What the task requires — One range is to be output from the listing below, exactly as written: the line with "#91=IFCINDEXEDPOLYGONALFACE((1,2,4,3));" to the line with "#119=IFCINDEXEDPOLYGONALFACE((3,4,8,7));", both kept.

Data for this exercise —

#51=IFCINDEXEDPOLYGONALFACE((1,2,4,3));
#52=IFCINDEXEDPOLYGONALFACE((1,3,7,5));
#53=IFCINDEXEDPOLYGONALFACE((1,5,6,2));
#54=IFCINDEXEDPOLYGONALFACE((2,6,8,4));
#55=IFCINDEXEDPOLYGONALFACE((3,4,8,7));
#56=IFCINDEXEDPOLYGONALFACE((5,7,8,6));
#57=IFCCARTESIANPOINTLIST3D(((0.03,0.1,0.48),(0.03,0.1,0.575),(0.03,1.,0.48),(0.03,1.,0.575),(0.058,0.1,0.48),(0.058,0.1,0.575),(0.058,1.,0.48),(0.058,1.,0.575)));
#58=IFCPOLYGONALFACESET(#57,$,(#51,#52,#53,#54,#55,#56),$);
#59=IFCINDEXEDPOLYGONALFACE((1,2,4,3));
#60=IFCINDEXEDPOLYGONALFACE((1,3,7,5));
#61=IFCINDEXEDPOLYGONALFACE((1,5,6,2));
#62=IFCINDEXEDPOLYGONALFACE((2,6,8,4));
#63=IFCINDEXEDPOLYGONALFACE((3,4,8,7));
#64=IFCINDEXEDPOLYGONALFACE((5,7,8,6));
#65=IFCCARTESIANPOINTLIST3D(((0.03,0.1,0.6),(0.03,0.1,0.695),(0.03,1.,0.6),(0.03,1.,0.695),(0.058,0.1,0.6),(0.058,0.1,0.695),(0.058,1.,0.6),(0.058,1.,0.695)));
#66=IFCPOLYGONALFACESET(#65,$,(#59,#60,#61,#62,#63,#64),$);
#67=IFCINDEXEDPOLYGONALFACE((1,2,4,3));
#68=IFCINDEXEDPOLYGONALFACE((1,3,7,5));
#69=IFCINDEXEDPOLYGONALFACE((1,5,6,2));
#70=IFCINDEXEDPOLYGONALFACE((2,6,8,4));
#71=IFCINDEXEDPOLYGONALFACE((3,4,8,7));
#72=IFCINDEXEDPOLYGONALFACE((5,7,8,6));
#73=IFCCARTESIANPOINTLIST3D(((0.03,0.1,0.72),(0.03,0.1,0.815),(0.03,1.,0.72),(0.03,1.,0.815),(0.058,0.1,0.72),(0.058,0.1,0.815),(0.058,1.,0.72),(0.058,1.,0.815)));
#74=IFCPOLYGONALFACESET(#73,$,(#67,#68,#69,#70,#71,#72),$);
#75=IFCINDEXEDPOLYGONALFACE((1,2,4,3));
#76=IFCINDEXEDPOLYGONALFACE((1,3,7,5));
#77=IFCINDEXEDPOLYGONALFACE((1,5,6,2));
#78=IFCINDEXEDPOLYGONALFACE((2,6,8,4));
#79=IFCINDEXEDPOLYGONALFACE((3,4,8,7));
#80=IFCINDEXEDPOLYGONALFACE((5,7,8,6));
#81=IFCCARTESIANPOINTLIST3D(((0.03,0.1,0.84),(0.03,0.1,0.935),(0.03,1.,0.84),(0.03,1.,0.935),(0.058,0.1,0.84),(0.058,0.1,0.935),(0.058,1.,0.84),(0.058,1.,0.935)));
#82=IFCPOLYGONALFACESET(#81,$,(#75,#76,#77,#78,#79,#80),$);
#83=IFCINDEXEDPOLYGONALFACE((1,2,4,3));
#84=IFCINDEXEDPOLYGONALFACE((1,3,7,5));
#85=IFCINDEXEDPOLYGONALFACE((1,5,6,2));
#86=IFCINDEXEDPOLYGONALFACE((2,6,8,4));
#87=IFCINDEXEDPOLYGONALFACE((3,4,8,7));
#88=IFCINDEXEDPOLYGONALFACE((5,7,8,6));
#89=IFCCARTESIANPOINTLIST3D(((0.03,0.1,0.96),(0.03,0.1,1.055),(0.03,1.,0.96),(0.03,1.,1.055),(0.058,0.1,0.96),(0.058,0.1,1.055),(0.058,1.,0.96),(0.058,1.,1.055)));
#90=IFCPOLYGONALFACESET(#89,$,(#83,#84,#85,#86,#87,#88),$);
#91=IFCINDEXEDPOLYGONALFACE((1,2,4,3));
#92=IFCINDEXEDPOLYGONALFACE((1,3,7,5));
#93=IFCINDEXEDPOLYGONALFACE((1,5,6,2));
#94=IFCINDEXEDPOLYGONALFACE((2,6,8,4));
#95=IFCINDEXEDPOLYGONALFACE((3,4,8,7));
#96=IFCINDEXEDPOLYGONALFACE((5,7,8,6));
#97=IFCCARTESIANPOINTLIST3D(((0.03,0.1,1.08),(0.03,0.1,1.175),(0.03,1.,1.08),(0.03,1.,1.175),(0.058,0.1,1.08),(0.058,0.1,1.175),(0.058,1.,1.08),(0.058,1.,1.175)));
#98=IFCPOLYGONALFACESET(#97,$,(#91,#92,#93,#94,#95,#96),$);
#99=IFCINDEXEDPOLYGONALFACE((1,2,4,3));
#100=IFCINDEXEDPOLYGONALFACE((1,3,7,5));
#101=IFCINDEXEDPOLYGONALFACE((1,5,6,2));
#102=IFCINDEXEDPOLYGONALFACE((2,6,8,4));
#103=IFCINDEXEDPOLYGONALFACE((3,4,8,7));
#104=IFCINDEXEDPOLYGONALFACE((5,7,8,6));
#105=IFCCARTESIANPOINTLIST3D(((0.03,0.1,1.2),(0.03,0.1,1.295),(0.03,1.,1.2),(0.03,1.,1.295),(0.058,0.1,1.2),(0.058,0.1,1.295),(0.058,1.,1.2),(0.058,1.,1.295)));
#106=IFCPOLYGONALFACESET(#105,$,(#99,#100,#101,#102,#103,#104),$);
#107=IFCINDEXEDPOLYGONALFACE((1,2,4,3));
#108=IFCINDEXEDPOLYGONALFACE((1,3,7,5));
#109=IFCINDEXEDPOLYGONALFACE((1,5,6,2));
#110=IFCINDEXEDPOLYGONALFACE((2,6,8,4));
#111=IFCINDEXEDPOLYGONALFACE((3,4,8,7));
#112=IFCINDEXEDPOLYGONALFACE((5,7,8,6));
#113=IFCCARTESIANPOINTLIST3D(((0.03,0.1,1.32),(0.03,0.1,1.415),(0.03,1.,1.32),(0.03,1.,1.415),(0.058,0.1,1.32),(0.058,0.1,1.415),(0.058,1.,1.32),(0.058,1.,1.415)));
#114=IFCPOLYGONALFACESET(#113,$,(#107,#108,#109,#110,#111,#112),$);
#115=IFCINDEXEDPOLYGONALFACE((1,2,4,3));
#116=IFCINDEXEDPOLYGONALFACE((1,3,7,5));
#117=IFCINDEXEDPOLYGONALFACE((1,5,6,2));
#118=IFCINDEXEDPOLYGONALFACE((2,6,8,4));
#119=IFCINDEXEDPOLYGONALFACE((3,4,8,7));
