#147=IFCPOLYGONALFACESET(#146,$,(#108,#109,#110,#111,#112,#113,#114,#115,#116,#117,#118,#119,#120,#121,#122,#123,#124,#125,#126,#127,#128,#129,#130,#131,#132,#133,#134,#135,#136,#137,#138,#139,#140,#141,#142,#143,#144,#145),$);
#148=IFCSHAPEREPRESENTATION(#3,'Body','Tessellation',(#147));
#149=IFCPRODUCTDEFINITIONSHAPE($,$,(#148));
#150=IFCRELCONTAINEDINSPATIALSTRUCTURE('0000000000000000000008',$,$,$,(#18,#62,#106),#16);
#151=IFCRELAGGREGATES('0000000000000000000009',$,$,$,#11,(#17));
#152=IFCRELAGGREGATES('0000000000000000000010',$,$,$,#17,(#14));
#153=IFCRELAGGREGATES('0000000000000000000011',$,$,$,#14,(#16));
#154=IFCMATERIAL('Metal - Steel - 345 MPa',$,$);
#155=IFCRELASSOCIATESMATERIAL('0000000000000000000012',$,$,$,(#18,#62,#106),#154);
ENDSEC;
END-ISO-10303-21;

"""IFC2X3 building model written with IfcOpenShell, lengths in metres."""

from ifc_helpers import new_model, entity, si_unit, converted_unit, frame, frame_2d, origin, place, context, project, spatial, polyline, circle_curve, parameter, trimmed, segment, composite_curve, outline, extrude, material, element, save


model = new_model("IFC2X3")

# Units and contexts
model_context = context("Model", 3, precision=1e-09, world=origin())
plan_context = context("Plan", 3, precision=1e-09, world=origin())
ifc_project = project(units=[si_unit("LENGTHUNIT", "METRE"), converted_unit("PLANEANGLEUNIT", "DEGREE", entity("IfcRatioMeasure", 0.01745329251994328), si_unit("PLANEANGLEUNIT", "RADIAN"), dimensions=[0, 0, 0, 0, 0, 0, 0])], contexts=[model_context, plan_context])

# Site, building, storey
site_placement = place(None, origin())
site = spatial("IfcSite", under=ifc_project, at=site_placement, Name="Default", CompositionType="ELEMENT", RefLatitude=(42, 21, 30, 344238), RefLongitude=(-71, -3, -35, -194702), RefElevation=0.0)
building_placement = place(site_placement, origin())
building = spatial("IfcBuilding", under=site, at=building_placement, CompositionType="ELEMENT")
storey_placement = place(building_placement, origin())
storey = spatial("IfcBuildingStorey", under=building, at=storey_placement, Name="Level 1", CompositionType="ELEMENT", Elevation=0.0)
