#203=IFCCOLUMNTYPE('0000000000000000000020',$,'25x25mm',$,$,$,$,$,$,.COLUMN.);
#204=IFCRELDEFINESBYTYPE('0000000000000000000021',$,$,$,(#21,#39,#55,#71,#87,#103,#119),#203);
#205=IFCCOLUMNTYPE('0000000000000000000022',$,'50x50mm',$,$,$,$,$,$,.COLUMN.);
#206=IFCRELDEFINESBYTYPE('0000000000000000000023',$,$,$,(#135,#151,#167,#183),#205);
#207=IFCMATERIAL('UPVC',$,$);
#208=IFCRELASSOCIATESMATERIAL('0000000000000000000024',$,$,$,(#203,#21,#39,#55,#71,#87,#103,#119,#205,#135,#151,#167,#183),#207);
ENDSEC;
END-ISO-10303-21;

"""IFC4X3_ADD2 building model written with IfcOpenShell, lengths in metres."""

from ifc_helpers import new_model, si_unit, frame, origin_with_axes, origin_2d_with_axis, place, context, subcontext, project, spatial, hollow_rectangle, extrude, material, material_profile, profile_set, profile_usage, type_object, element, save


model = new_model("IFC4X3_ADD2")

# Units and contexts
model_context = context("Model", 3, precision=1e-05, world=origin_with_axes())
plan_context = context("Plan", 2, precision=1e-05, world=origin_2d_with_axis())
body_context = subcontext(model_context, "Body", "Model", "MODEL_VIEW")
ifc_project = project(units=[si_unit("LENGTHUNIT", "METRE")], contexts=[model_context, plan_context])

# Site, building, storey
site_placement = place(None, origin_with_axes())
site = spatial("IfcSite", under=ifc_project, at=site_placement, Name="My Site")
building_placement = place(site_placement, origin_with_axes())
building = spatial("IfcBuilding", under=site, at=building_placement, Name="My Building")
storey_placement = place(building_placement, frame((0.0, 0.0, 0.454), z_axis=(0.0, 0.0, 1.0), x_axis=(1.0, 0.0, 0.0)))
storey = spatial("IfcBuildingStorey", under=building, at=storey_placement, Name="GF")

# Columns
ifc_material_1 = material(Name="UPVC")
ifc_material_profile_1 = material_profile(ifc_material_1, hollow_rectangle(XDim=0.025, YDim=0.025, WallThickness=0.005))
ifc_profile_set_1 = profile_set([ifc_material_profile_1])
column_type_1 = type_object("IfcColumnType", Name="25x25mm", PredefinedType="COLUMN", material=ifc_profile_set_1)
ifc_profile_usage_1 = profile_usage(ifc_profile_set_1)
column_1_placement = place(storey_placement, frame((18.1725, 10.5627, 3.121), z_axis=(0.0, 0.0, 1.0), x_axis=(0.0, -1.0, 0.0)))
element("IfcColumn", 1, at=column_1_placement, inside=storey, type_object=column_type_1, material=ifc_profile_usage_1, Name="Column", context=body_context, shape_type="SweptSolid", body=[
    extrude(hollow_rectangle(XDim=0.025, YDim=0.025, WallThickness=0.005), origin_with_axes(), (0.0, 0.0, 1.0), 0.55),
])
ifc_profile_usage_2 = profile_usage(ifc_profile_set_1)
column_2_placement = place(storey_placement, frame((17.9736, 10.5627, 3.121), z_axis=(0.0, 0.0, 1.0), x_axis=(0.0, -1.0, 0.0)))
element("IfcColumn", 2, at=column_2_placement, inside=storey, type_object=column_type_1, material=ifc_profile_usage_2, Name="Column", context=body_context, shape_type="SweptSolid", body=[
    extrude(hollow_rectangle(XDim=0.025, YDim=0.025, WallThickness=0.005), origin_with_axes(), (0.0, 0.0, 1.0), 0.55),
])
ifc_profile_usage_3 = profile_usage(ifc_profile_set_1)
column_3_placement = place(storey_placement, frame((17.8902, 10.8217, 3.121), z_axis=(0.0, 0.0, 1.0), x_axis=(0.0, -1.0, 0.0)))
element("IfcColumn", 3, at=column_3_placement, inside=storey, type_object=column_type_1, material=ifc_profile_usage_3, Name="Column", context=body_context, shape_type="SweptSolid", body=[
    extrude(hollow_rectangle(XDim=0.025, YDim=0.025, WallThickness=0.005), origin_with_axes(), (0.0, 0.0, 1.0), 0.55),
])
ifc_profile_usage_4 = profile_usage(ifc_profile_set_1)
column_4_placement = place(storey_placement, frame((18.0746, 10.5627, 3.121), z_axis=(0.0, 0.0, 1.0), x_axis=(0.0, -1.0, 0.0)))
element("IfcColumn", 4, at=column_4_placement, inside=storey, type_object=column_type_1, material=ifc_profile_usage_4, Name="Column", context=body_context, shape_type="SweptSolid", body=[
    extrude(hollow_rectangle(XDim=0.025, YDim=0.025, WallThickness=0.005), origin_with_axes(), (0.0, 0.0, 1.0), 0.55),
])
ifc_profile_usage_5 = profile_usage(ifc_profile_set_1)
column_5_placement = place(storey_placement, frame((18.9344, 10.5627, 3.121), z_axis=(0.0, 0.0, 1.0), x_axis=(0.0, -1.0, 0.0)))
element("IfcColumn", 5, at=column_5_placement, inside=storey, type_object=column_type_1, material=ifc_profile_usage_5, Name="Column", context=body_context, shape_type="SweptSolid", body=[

Task answer —
#91=IFCINDEXEDPOLYGONALFACE((1,2,4,3));
#92=IFCINDEXEDPOLYGONALFACE((1,3,7,5));
#93=IFCINDEXEDPOLYGONALFACE((1,5,6,2));
#94=IFCINDEXEDPOLYGONALFACE((2,6,8,4));
#95=IFCINDEXEDPOLYGONALFACE((3,4,8,7));
#96=IFCINDEXEDPOLYGONALFACE((5,7,8,6));
#97=IFCCARTESIANPOINTLIST3D(((0.03,0.1,1.08),(0.03,0.1,1.175),(0.03,1.,1.08),(0.03,1.,1.175),(0.058,0.1,1.08),(0.058,0.1,1.175),(0.058,1.,1.08),(0.058,1.,1.175)));
#98=IFCPOLYGONALFACESET(#97,$,(#91,#92,#93,#94,#95,#96),$);
#99=IFCINDEXEDPOLYGONALFACE((1,2,4,3));
#100=IFCINDEXEDPOLYGONALFACE((1,3,7,5));
#101=IFCINDEXEDPOLYGONALFACE((1,5,6,2));
#102=IFCINDEXEDPOLYGONALFACE((2,6,8,4));
#103=IFCINDEXEDPOLYGONALFACE((3,4,8,7));
#104=IFCINDEXEDPOLYGONALFACE((5,7,8,6));
#105=IFCCARTESIANPOINTLIST3D(((0.03,0.1,1.2),(0.03,0.1,1.295),(0.03,1.,1.2),(0.03,1.,1.295),(0.058,0.1,1.2),(0.058,0.1,1.295),(0.058,1.,1.2),(0.058,1.,1.295)));
#106=IFCPOLYGONALFACESET(#105,$,(#99,#100,#101,#102,#103,#104),$);
#107=IFCINDEXEDPOLYGONALFACE((1,2,4,3));
#108=IFCINDEXEDPOLYGONALFACE((1,3,7,5));
#109=IFCINDEXEDPOLYGONALFACE((1,5,6,2));
#110=IFCINDEXEDPOLYGONALFACE((2,6,8,4));
#111=IFCINDEXEDPOLYGONALFACE((3,4,8,7));
#112=IFCINDEXEDPOLYGONALFACE((5,7,8,6));
#113=IFCCARTESIANPOINTLIST3D(((0.03,0.1,1.32),(0.03,0.1,1.415),(0.03,1.,1.32),(0.03,1.,1.415),(0.058,0.1,1.32),(0.058,0.1,1.415),(0.058,1.,1.32),(0.058,1.,1.415)));
#114=IFCPOLYGONALFACESET(#113,$,(#107,#108,#109,#110,#111,#112),$);
#115=IFCINDEXEDPOLYGONALFACE((1,2,4,3));
#116=IFCINDEXEDPOLYGONALFACE((1,3,7,5));
#117=IFCINDEXEDPOLYGONALFACE((1,5,6,2));
#118=IFCINDEXEDPOLYGONALFACE((2,6,8,4));
#119=IFCINDEXEDPOLYGONALFACE((3,4,8,7));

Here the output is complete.